_Exercise directions_
Scan the entries below, and for each line that includes the word "IFCSIUNIT", make a copy.

_Collected data_
■ ■ ■ ■ ■

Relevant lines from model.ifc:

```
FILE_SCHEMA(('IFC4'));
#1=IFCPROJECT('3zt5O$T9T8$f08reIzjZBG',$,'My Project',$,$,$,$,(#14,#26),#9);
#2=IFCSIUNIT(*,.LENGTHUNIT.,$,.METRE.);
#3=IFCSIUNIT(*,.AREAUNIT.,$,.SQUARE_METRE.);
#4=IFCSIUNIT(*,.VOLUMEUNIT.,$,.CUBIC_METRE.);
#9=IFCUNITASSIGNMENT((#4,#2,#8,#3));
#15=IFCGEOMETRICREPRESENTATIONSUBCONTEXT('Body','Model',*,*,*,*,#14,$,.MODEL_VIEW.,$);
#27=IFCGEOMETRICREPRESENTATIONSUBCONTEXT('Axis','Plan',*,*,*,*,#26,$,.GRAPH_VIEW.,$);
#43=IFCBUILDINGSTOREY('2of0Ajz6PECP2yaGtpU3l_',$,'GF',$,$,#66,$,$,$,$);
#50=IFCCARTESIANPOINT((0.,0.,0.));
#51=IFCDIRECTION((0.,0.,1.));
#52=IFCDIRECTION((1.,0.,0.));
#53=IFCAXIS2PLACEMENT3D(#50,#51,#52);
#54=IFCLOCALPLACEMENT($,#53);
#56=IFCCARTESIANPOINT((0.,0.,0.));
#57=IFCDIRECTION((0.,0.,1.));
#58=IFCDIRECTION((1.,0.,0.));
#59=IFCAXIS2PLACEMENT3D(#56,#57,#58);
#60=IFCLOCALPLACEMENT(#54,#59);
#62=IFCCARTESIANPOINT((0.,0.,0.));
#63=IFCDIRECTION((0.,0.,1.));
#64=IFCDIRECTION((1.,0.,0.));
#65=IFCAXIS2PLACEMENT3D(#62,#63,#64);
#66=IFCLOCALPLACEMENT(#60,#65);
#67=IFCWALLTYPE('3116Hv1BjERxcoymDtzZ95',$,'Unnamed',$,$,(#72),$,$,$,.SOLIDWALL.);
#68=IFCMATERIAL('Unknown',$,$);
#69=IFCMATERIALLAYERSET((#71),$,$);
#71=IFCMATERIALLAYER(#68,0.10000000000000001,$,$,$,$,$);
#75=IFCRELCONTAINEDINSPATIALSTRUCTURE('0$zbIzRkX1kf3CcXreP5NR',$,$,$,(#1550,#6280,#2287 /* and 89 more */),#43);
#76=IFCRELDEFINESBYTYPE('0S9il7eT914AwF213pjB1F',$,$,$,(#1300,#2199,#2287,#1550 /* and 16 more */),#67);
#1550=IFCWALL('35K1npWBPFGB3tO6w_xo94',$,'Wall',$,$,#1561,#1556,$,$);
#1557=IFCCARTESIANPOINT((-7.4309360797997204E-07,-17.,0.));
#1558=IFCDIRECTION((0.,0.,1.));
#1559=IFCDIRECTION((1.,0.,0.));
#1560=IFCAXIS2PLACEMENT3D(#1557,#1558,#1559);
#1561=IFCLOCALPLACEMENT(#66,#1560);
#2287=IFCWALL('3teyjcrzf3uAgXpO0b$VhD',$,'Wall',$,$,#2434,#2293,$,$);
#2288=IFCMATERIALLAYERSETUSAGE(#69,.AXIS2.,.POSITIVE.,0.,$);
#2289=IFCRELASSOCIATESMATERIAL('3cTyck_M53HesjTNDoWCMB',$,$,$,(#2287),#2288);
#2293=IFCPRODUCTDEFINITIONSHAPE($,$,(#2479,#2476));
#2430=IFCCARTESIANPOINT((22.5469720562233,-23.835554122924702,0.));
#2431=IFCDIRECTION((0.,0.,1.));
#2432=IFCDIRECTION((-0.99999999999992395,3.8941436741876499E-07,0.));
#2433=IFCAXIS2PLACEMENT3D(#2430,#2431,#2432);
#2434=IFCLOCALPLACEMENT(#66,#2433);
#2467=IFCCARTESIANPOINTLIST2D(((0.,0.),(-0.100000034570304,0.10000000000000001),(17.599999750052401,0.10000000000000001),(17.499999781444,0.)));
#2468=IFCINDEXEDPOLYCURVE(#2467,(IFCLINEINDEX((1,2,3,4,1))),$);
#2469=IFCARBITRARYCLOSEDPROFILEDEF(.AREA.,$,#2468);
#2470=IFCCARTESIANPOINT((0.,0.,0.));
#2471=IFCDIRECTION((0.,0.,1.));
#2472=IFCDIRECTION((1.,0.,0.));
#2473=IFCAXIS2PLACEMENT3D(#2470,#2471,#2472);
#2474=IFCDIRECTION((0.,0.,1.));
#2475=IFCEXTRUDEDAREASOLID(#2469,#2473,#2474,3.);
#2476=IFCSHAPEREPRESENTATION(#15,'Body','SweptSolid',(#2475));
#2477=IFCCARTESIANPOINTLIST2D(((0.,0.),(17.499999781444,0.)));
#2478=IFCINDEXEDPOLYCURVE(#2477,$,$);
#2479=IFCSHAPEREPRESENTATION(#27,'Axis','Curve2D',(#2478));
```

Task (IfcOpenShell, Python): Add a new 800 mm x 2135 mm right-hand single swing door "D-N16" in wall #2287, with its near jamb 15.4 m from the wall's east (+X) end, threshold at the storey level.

```python
import numpy as np
import ifcopenshell
import ifcopenshell.api.feature
import ifcopenshell.api.geometry
import ifcopenshell.api.root
import ifcopenshell.api.spatial
import ifcopenshell.geom
import ifcopenshell.util.element
import ifcopenshell.util.placement
import ifcopenshell.util.representation
import ifcopenshell.util.shape
import ifcopenshell.util.unit

model = ifcopenshell.open("model.ifc")
unit_scale = ifcopenshell.util.unit.calculate_unit_scale(model)
settings = ifcopenshell.geom.settings()


def volume(element):
    """Net volume in cubic metres, openings subtracted."""
    shape = ifcopenshell.geom.create_shape(settings, element)
    return ifcopenshell.util.shape.get_volume(shape.geometry)


wall = model.by_id(2287)
storey = ifcopenshell.util.element.get_container(wall, ifc_class="IfcBuildingStorey")
context = ifcopenshell.util.representation.get_context(model, "Model", "Body", "MODEL_VIEW")
before = volume(wall)

width, height, from_end, sill = 0.8, 2.135, 15.4, 0.0  # metres

# The wall runs along its own X axis, and the end named is its -X end.
wall_shape = ifcopenshell.geom.create_shape(settings, wall)
x, y, z = ifcopenshell.util.shape.get_vertices(wall_shape.geometry).T
start = x.min() + from_end
face, thickness = float(y.min()), float(y.max() - y.min())
wall_matrix = ifcopenshell.util.placement.get_local_placement(wall.ObjectPlacement)
level = ifcopenshell.util.placement.get_local_placement(storey.ObjectPlacement)[2, 3]


def in_wall(x, y):
    """Placement at x, y metres in the wall's axes, at sill height."""
    matrix = wall_matrix.copy()
    matrix[:, 3] = wall_matrix @ np.array([x / unit_scale, y / unit_scale, 0.0, 1.0])
    matrix[2, 3] = level + sill / unit_scale
    return matrix


# Opening: a box that overshoots both wall faces by 50 mm.
opening = ifcopenshell.api.root.create_entity(model, ifc_class="IfcOpeningElement", predefined_type="OPENING")
box = ifcopenshell.api.geometry.add_wall_representation(
    model, context=context, length=width, height=height, thickness=thickness + 0.1
)
ifcopenshell.api.geometry.assign_representation(model, product=opening, representation=box)
ifcopenshell.api.geometry.edit_object_placement(model, product=opening, matrix=in_wall(start, face - 0.05), is_si=False)
ifcopenshell.api.feature.add_feature(model, feature=opening, element=wall)

door = ifcopenshell.api.root.create_entity(model, ifc_class="IfcDoor", name="D-N16", predefined_type="DOOR")
door.OverallWidth, door.OverallHeight = width / unit_scale, height / unit_scale
door.OperationType = "SINGLE_SWING_RIGHT"
body = ifcopenshell.api.geometry.add_door_representation(
    model,
    context=context,
    overall_width=door.OverallWidth,
    overall_height=door.OverallHeight,
    operation_type="SINGLE_SWING_RIGHT",
    lining_properties={"LiningDepth": thickness / unit_scale, "ThresholdDepth": thickness / unit_scale},
)
ifcopenshell.api.geometry.assign_representation(model, product=door, representation=body)
ifcopenshell.api.spatial.assign_container(model, products=[door], relating_structure=storey)
ifcopenshell.api.feature.add_filling(model, opening=opening, element=door)

# The lining spans the wall, so the door starts at the wall face.
ifcopenshell.api.geometry.edit_object_placement(model, product=door, matrix=in_wall(start, face), is_si=False)

after = volume(wall)

print(f"wall volume {before:.3f} -> {after:.3f} m3")

model.write("model-out.ifc")
```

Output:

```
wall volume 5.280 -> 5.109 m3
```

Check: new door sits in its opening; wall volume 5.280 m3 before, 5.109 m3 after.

■ ■ ■ ■ ■

_Answer below_
#2=IFCSIUNIT(*,.LENGTHUNIT.,$,.METRE.);
#3=IFCSIUNIT(*,.AREAUNIT.,$,.SQUARE_METRE.);
#4=IFCSIUNIT(*,.VOLUMEUNIT.,$,.CUBIC_METRE.);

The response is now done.